(Material for this exercise)
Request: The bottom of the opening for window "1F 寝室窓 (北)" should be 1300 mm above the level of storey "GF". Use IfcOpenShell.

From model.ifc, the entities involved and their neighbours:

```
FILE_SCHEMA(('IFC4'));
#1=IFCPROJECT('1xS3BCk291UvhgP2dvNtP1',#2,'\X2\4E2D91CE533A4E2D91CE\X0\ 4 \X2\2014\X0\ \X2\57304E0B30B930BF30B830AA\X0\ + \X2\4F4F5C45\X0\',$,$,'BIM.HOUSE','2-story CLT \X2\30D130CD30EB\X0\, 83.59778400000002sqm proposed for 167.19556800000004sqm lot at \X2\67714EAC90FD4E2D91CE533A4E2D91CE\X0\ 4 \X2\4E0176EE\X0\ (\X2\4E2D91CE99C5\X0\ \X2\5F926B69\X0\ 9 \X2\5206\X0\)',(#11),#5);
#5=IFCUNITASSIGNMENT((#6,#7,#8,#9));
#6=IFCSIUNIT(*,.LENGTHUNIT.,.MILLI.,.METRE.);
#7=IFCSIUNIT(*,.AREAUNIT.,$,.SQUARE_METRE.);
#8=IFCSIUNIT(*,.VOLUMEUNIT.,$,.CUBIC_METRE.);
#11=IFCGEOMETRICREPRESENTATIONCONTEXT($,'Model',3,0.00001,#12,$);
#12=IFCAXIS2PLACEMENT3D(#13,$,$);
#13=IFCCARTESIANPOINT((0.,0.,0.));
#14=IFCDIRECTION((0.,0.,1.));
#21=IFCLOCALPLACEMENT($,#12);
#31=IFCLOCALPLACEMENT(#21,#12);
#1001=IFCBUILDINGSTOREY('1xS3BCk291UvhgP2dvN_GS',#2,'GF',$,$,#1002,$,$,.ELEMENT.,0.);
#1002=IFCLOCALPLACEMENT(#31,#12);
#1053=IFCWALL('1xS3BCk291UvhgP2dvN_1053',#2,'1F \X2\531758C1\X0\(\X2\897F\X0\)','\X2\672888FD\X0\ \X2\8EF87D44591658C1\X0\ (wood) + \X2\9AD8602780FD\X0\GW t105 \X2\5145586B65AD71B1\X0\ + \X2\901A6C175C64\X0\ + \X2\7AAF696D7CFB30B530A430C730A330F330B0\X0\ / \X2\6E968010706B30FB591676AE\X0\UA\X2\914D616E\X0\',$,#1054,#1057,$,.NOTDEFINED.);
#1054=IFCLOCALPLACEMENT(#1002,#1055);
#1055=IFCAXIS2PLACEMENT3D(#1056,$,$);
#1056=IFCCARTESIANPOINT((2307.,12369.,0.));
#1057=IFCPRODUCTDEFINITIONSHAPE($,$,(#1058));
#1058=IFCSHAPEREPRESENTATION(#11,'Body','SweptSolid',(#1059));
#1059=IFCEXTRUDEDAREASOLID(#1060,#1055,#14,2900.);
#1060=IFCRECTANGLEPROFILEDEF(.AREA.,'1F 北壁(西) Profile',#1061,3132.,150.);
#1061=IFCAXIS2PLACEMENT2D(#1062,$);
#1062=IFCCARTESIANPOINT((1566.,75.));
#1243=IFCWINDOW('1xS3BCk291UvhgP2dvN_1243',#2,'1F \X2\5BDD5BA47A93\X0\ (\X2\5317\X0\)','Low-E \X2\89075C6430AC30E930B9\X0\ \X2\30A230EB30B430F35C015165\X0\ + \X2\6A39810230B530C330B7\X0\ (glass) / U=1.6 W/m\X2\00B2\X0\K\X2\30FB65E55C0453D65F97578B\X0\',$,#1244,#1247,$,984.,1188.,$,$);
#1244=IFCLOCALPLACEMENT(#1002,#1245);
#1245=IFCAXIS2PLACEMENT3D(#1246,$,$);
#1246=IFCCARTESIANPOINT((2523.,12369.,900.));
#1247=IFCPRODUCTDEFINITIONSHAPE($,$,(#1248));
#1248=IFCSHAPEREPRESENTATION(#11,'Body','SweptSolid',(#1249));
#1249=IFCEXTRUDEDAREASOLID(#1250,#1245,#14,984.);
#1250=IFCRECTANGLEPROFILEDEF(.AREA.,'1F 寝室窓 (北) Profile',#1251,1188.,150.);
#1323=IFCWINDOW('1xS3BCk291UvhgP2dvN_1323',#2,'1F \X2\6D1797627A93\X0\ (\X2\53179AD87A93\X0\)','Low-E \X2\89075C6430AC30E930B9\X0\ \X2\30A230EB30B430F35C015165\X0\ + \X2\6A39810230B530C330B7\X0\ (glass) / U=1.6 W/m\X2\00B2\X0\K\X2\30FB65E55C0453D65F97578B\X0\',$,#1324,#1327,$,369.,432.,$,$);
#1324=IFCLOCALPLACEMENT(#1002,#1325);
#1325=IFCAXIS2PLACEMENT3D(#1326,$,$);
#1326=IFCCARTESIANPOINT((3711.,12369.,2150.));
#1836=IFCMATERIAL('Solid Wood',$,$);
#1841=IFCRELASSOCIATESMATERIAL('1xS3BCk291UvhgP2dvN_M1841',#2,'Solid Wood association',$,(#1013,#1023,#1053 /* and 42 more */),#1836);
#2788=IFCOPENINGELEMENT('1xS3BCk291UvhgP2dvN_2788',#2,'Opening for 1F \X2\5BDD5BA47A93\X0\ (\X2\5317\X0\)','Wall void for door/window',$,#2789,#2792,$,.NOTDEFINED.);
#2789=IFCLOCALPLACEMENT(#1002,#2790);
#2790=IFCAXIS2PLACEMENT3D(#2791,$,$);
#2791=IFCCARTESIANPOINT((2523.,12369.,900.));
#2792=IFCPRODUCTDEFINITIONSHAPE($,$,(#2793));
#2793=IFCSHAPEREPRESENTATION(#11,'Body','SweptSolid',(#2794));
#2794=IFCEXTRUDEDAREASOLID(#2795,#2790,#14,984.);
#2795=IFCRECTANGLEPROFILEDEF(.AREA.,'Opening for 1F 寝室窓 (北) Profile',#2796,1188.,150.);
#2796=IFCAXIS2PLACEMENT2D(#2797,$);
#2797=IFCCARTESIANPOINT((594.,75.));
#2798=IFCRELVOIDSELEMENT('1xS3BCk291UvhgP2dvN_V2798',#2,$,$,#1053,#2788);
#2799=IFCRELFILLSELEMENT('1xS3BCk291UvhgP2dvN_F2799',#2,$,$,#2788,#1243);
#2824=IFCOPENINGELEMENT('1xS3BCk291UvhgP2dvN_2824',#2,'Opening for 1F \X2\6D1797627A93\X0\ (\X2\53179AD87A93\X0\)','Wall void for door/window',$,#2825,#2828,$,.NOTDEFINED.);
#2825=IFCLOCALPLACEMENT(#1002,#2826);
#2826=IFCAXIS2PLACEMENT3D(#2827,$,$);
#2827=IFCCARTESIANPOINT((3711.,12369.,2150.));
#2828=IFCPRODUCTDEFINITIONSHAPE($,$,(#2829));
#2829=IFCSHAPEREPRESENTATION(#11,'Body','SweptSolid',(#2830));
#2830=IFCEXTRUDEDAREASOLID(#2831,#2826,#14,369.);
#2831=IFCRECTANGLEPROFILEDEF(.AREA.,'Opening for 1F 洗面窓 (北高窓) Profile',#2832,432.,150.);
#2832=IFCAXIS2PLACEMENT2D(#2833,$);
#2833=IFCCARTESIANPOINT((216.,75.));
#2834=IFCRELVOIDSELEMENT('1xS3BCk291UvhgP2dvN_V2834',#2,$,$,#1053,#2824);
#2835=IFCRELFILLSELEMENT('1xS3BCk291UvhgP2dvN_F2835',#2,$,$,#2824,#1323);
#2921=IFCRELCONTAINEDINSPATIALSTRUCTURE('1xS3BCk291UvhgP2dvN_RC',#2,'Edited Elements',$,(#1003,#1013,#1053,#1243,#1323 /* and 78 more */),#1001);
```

```python
import numpy as np
import ifcopenshell
import ifcopenshell.api.geometry
import ifcopenshell.geom
import ifcopenshell.util.element
import ifcopenshell.util.placement
import ifcopenshell.util.shape
import ifcopenshell.util.unit

model = ifcopenshell.open("model.ifc")
unit_scale = ifcopenshell.util.unit.calculate_unit_scale(model)

window = model.by_guid("1xS3BCk291UvhgP2dvN_1243")
opening = window.FillsVoids[0].RelatingOpeningElement
storey = ifcopenshell.util.element.get_container(window, ifc_class="IfcBuildingStorey")
level = ifcopenshell.util.placement.get_local_placement(storey.ObjectPlacement)[2, 3]

# The opening's origin need not be at the sill, so measure its lowest point.
shape = ifcopenshell.geom.create_shape(ifcopenshell.geom.settings(), opening)
bottom = ifcopenshell.util.shape.get_shape_bottom_elevation(shape, shape.geometry) / unit_scale
dz = level + 1300.0 - bottom

shift = np.array([0.0, 0.0, dz])
# The window is not placed relative to its opening, so move both.
for product in (opening, window):
    matrix = ifcopenshell.util.placement.get_local_placement(product.ObjectPlacement)
    matrix[:3, 3] += shift
    ifcopenshell.api.geometry.edit_object_placement(model, product=product, matrix=matrix, is_si=False)

print(f"moved by {dz * unit_scale:+.3f} m")

model.write("model_v2.ifc")
```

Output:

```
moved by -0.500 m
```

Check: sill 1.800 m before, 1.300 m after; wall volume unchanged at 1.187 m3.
(End Material for this exercise)
* _What you will do_
Look through the entries above and report each line where the string "IFCSHAPEREPRESENTATION" occurs.

* _Solution to this task_
#1058=IFCSHAPEREPRESENTATION(#11,'Body','SweptSolid',(#1059));
#1248=IFCSHAPEREPRESENTATION(#11,'Body','SweptSolid',(#1249));
#2793=IFCSHAPEREPRESENTATION(#11,'Body','SweptSolid',(#2794));
#2829=IFCSHAPEREPRESENTATION(#11,'Body','SweptSolid',(#2830));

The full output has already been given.